Exposição de Motivos Nº 070/MRE, de 9 de Março de 1993, do Senhor
Ministro de Estado das Relações Exteriores.
Excelentíssimo Senhor Presidente da República,
Elevo à consideração de Vossa Excelência o anexo projeto de mensagem pela qual se submete ao referendo do Poder Legislativo o texto da Convenção sobre o Estatuto dos Apátridas, celebrada em Nova York, em 28 de setembro de 1954, sob os auspícios da Organização das Nações Unidas.
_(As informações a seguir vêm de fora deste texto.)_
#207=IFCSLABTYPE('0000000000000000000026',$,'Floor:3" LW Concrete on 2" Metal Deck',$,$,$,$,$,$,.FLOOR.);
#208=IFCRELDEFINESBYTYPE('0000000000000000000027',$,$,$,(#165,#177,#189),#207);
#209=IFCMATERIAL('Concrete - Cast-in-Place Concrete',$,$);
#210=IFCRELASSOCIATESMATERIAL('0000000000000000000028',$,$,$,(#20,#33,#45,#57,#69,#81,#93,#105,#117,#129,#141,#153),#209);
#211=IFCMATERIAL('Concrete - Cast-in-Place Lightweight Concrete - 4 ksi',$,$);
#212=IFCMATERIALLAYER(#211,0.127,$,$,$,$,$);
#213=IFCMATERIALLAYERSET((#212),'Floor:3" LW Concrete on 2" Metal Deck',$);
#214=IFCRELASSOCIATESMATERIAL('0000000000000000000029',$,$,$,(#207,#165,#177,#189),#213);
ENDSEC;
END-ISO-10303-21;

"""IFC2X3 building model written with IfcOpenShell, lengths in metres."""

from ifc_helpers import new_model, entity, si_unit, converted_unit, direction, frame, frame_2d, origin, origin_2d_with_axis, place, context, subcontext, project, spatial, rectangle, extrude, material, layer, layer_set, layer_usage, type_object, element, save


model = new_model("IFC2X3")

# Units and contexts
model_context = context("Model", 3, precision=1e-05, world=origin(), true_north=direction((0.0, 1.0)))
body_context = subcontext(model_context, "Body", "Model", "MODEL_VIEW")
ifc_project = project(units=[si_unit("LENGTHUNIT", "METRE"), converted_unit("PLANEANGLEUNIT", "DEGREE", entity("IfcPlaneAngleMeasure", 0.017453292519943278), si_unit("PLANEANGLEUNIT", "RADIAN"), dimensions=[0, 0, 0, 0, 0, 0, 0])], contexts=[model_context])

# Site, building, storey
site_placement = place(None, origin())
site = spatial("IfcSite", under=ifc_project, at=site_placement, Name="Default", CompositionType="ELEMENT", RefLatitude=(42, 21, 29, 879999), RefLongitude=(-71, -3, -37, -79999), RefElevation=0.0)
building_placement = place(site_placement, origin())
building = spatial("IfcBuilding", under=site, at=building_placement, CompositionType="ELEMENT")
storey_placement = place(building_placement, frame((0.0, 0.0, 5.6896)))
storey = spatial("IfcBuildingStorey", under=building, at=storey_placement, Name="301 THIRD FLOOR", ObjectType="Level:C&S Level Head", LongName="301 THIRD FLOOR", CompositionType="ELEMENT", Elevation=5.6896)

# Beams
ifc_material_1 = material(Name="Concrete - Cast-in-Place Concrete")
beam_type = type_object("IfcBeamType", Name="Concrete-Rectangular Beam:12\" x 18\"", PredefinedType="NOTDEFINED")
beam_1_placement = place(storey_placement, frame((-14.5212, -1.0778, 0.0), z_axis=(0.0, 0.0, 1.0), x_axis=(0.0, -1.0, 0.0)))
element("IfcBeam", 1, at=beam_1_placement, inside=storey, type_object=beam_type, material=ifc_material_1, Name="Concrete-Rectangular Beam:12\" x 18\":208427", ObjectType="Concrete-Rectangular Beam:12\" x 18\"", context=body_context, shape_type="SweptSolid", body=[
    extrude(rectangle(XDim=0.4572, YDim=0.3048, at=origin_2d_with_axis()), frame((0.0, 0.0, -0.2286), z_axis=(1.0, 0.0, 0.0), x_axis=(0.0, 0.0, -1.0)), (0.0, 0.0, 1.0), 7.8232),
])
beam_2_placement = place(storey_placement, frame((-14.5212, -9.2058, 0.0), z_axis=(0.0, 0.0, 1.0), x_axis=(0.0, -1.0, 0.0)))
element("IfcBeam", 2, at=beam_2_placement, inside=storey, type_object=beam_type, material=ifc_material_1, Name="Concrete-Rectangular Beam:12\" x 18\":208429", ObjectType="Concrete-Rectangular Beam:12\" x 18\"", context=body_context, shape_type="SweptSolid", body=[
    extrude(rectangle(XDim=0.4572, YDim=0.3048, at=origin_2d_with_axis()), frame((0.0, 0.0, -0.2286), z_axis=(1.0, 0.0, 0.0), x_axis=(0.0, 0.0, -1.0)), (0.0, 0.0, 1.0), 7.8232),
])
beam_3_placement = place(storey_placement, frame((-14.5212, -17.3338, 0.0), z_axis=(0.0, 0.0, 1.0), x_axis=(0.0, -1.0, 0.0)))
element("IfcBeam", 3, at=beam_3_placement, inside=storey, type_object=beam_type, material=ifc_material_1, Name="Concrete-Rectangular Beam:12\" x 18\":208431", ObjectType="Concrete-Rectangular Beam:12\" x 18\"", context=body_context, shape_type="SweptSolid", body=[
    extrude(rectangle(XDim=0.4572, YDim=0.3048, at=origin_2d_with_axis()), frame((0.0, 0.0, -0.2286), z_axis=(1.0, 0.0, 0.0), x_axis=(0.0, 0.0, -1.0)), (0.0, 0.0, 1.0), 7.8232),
2. O instrumento em apreço resultou das atividades de uma comissão ad hoc instituída para esse fim, em 1954, pelo Conselho Econômico e Social da ONU (ECOSOC), no bojo das preocupações de juristas e estadístas - pelo menos no mundo ocidental - em relação a um problema que, em virtude de condições conhecidas, assumira vastas proporções nos anos subseqüentes à I Guerra Mundial, e que, os outros aspectos, foi também objeto, àquele tempo, de alguns projetos elaborados pela Comissão de Direito Internacional da Organização: a apátrida.
3. A Convenção de Nova York foi subscrita, logo de início por dezesseis Estados, entre os quais o Brasil, e entrou em vigor internacionalmente em 06.06.60, após haver sido ratificada por seis países, nos termos do artigo 39. Atualmente, elevam-se a mais de trinta as Partes Contratantes.
4. Por motivos que hoje não se percebem claramente, tendo em vista a época em que foi concluída, não foi ela desde logo submetida ao Congresso Nacional, muito embora o então Consultor Jurídico do Itamaraty, o insigne jusinternacionalista Embaixador Hildebrando Accioly, consultado a respeito, se houvesse manifestado, em lúcido parecer emitido em dezembro de 1954 (do qual ainda agora em boa parte me aproveito para a elaboração desta Exposição de Motivos), plenamente favorável á sua ratificação. Tanto mais que, como ele mesmo salientava, seu assunto, em 1951, se concluíra outra Convenção à qual o Brasil igualmente se associará pela assinatura. Conquanto tampouco esta tivesse sido, até então, remetida à consideração do Congresso, acabou por ser aprovada e ratificada, em 1960, pelo Brasil, que também aderiu, ja em 1972, ao Protocolo sobre o Estatuto dos Refugiados, concluído em 31.01.67.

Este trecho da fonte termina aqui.